* Problem details
A verbatim transcript of the lines below, starting at the first and ending with the one that holds "#142=IFCINDEXEDPOLYGONALFACE((5,7,8,6));", is what should be produced.

* Data supplied
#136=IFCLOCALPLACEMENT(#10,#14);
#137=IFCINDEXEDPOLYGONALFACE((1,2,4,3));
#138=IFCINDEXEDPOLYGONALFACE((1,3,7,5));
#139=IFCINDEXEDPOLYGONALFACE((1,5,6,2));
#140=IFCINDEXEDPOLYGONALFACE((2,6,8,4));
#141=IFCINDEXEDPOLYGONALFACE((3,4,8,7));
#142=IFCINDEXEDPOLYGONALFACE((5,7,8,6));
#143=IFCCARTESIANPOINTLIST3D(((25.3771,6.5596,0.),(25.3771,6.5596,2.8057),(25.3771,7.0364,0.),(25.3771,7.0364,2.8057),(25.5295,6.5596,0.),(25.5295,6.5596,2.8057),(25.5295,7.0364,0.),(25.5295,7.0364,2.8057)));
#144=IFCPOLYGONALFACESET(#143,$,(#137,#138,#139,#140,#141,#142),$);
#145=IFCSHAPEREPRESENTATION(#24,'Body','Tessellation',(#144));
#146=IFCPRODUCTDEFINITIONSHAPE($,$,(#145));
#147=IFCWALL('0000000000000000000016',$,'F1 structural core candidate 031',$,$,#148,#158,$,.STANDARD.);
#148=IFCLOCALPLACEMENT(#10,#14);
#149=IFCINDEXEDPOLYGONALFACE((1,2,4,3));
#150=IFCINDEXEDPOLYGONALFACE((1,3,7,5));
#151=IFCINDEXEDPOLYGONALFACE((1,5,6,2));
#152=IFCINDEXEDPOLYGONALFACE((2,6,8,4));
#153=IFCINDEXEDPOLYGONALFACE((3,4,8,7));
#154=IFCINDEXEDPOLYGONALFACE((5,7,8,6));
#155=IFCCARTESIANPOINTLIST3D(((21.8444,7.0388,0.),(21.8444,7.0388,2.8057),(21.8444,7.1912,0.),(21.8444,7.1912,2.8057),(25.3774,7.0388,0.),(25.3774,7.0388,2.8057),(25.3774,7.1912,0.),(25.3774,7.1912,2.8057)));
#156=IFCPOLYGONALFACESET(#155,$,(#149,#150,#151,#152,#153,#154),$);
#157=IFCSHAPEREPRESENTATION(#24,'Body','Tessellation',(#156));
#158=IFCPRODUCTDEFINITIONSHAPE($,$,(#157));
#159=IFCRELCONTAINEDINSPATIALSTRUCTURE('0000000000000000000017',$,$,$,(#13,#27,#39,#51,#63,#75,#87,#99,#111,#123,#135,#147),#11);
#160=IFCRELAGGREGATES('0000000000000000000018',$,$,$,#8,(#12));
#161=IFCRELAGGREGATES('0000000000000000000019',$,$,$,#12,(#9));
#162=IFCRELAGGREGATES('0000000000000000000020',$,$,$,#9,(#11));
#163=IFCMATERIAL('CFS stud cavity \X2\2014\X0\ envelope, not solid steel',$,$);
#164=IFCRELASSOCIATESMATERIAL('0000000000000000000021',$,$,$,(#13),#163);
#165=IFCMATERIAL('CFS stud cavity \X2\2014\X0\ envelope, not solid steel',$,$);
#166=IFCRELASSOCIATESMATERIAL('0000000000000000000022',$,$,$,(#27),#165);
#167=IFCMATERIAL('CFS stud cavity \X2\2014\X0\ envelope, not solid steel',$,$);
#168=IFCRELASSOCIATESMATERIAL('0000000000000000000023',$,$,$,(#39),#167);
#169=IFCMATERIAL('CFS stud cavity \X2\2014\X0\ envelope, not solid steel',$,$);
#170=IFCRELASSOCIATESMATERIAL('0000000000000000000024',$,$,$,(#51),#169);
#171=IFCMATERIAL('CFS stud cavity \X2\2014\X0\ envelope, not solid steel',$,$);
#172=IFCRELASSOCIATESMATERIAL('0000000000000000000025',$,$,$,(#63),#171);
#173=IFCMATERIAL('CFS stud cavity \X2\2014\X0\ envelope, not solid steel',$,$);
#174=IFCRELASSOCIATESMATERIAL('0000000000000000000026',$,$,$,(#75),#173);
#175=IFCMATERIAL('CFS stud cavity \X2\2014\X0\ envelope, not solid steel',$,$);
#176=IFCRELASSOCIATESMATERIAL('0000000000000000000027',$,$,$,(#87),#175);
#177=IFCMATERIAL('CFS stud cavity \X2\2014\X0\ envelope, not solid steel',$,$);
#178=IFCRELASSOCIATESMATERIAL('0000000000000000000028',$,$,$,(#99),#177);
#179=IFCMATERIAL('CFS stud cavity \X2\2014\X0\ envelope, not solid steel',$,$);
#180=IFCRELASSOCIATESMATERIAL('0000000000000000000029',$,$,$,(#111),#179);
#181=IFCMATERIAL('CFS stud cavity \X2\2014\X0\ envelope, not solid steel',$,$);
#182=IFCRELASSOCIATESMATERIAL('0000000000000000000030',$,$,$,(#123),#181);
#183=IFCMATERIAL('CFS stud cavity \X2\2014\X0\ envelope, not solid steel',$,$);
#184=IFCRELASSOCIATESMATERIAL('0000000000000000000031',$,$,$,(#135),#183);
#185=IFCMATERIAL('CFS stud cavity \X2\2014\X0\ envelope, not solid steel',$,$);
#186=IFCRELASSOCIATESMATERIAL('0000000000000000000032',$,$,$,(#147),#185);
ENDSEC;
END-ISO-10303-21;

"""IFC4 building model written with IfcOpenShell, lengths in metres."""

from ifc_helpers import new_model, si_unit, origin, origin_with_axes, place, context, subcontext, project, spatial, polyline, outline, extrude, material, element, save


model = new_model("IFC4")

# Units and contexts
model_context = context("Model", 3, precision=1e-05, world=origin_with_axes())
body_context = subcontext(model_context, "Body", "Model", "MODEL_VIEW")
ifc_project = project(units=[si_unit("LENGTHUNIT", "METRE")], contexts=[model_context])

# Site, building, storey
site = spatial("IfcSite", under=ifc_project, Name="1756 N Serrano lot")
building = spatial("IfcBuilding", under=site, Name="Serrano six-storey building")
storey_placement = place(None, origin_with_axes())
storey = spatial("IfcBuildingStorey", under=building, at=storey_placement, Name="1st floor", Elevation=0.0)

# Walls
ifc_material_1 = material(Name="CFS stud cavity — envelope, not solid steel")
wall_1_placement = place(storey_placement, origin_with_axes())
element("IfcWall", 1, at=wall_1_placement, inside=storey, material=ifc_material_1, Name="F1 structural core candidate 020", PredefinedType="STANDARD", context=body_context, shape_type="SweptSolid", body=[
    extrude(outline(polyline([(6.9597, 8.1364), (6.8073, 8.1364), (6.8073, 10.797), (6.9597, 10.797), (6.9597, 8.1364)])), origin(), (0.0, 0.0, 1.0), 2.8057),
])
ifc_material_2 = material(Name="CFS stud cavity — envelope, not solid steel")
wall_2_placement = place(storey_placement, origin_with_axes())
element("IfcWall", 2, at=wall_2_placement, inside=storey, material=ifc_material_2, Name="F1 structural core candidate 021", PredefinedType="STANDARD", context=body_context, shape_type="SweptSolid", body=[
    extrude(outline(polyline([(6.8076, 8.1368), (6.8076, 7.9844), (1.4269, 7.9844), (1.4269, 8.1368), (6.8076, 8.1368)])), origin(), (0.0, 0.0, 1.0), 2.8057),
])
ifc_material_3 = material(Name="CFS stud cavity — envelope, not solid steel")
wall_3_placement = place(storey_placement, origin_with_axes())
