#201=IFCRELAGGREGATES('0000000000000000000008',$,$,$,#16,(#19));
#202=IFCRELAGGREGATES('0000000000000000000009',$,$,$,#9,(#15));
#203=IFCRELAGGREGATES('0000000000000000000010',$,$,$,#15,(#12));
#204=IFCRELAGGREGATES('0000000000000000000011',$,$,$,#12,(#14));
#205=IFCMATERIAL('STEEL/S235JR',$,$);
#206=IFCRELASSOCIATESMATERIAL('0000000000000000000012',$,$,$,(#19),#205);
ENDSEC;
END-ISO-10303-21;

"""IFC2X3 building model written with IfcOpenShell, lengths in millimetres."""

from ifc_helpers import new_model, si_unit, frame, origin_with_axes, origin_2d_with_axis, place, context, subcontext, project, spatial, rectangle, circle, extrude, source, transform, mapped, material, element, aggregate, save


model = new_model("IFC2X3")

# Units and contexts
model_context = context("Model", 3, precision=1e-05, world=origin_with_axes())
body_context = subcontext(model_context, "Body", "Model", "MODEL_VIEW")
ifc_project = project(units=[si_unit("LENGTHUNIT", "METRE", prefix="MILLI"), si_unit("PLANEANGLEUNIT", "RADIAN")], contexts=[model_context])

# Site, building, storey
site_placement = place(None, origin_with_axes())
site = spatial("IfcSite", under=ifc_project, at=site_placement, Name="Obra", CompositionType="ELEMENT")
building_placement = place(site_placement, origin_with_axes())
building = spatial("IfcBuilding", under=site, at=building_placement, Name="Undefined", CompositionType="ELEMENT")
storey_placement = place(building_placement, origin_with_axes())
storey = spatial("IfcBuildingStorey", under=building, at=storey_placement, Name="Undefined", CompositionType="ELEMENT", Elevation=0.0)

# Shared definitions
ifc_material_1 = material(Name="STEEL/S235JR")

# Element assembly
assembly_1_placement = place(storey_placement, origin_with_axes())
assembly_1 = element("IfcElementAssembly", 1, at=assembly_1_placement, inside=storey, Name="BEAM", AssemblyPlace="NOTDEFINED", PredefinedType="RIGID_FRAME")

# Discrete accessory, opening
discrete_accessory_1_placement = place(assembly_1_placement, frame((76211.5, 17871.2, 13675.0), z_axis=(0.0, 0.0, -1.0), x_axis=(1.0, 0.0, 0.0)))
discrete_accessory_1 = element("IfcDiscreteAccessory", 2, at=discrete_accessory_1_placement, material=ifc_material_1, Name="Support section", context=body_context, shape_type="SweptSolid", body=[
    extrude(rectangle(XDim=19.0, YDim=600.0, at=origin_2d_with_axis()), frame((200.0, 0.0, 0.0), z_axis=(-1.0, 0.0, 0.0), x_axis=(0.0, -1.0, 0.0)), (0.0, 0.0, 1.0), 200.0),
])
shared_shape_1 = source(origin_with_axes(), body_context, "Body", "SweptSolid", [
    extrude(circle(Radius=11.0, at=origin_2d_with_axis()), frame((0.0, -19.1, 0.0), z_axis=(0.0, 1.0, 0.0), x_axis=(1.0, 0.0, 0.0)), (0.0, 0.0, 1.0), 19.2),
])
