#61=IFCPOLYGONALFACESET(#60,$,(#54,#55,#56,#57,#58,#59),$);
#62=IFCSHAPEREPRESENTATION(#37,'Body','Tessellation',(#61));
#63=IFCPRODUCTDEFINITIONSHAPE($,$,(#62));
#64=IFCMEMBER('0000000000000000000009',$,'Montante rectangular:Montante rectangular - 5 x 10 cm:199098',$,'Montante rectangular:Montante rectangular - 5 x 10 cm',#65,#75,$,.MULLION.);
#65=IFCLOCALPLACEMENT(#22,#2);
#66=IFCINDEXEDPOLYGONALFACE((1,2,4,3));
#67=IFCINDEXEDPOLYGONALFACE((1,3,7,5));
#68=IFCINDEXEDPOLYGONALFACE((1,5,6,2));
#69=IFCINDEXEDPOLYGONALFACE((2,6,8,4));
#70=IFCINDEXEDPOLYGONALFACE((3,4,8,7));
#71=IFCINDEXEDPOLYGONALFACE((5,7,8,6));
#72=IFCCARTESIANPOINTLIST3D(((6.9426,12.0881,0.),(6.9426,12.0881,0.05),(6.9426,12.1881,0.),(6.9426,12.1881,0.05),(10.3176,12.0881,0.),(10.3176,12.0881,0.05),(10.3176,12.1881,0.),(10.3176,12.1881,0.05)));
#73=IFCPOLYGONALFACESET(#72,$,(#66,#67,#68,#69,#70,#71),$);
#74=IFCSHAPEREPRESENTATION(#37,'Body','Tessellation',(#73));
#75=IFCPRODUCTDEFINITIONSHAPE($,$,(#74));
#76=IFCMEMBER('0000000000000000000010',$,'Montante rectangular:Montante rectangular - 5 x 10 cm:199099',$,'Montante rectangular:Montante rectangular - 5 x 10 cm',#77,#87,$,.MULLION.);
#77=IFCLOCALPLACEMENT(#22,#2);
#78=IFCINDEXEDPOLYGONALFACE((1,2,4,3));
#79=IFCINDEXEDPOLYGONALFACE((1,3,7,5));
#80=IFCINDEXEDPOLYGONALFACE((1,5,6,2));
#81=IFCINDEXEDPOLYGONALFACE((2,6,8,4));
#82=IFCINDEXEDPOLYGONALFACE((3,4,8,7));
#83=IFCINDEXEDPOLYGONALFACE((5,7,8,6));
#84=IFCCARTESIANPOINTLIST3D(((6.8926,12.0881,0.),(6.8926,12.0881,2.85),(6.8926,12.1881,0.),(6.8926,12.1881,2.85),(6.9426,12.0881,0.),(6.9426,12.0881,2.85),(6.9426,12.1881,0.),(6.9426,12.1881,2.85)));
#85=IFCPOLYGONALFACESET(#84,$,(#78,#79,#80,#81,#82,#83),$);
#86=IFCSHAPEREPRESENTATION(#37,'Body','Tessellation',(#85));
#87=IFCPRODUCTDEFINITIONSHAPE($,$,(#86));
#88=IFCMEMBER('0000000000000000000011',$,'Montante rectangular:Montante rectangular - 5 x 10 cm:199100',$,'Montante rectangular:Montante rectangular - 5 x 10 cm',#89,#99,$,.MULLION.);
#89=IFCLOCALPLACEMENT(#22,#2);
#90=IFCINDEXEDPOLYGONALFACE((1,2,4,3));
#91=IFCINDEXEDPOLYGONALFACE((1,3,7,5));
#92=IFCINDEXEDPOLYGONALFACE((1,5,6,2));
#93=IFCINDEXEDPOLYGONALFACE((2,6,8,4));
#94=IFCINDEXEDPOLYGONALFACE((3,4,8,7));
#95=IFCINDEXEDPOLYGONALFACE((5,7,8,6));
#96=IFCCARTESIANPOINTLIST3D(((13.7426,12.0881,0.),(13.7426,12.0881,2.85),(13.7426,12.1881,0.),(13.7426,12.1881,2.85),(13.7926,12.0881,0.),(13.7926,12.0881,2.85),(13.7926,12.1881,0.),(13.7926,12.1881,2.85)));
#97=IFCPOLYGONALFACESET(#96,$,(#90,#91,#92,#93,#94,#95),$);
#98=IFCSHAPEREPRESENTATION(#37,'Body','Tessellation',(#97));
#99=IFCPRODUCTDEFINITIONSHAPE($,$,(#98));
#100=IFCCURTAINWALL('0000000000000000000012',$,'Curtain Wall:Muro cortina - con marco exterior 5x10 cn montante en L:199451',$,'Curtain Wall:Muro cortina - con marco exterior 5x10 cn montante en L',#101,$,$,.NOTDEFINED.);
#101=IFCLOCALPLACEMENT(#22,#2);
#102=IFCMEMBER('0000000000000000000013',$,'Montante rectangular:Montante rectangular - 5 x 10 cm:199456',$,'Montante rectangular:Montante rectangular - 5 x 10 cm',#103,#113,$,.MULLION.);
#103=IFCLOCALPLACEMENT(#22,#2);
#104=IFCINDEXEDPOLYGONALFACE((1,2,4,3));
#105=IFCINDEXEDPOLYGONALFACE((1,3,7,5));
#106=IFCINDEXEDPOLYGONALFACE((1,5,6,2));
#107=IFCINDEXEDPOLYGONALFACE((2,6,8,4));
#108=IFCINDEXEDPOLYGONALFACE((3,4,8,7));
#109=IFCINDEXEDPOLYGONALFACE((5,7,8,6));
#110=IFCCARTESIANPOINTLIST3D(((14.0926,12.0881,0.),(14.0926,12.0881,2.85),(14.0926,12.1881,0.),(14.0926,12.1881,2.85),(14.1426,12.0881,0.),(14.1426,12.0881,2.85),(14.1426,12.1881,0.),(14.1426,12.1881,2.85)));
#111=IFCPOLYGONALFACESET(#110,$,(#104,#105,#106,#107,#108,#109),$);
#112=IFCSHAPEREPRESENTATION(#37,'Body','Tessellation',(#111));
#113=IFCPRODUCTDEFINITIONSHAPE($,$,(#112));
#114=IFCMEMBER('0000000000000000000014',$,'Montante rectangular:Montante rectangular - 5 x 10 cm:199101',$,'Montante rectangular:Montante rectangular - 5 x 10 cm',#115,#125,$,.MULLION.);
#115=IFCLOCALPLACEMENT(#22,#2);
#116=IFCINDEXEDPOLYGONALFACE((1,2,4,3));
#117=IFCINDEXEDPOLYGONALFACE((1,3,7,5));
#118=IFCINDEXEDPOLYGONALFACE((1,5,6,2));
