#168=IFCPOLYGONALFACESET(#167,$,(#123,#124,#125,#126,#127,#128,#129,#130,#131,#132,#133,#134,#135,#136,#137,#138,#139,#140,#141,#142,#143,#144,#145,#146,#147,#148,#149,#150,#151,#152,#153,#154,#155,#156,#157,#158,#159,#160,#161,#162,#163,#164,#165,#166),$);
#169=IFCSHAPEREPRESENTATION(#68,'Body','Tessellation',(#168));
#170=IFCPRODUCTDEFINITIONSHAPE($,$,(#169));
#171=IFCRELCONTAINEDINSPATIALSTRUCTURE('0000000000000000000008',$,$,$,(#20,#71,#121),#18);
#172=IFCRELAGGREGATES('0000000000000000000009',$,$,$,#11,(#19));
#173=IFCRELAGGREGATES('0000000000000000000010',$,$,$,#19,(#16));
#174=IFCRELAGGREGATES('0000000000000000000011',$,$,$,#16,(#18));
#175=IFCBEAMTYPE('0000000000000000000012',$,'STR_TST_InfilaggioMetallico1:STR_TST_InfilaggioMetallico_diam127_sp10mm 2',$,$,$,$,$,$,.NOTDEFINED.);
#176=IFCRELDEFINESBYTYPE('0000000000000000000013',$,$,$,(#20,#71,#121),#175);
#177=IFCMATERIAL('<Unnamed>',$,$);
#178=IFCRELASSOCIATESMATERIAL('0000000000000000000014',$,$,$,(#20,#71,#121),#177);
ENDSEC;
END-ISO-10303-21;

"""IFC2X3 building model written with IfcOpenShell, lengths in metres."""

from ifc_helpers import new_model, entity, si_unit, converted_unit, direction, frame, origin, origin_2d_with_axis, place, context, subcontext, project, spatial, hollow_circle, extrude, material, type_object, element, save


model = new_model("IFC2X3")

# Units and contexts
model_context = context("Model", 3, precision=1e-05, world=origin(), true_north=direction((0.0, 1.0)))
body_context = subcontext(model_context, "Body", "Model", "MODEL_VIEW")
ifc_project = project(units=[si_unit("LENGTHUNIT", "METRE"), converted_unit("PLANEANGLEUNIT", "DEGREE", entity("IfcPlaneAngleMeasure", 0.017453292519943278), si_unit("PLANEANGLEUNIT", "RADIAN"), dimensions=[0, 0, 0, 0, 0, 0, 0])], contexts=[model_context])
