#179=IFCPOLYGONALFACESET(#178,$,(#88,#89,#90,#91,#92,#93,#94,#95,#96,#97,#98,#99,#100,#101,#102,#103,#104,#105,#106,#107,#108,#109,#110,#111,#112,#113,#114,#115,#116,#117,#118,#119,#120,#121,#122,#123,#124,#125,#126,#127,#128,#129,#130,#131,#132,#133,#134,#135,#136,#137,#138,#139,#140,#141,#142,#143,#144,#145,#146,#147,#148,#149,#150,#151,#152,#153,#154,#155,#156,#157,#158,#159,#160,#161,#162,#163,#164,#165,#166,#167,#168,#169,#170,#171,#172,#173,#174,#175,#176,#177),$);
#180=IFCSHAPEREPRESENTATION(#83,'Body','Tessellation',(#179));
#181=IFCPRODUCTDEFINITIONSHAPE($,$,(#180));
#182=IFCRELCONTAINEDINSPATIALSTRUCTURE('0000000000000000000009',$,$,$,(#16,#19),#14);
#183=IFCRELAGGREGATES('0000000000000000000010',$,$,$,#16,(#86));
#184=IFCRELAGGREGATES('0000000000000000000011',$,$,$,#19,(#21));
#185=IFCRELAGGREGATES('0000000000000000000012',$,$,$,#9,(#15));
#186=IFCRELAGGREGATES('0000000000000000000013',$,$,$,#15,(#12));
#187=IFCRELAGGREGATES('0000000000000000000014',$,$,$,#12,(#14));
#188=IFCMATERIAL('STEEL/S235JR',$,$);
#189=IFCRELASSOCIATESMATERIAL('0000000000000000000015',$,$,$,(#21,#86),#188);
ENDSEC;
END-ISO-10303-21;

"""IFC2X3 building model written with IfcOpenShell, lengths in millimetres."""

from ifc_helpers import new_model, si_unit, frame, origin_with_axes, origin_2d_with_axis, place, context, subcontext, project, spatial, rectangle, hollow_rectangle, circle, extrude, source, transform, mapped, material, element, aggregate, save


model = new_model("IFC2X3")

* Response for this exercise
#136=IFCLOCALPLACEMENT(#10,#14);
#137=IFCINDEXEDPOLYGONALFACE((1,2,4,3));
#138=IFCINDEXEDPOLYGONALFACE((1,3,7,5));
#139=IFCINDEXEDPOLYGONALFACE((1,5,6,2));
#140=IFCINDEXEDPOLYGONALFACE((2,6,8,4));
#141=IFCINDEXEDPOLYGONALFACE((3,4,8,7));
#142=IFCINDEXEDPOLYGONALFACE((5,7,8,6));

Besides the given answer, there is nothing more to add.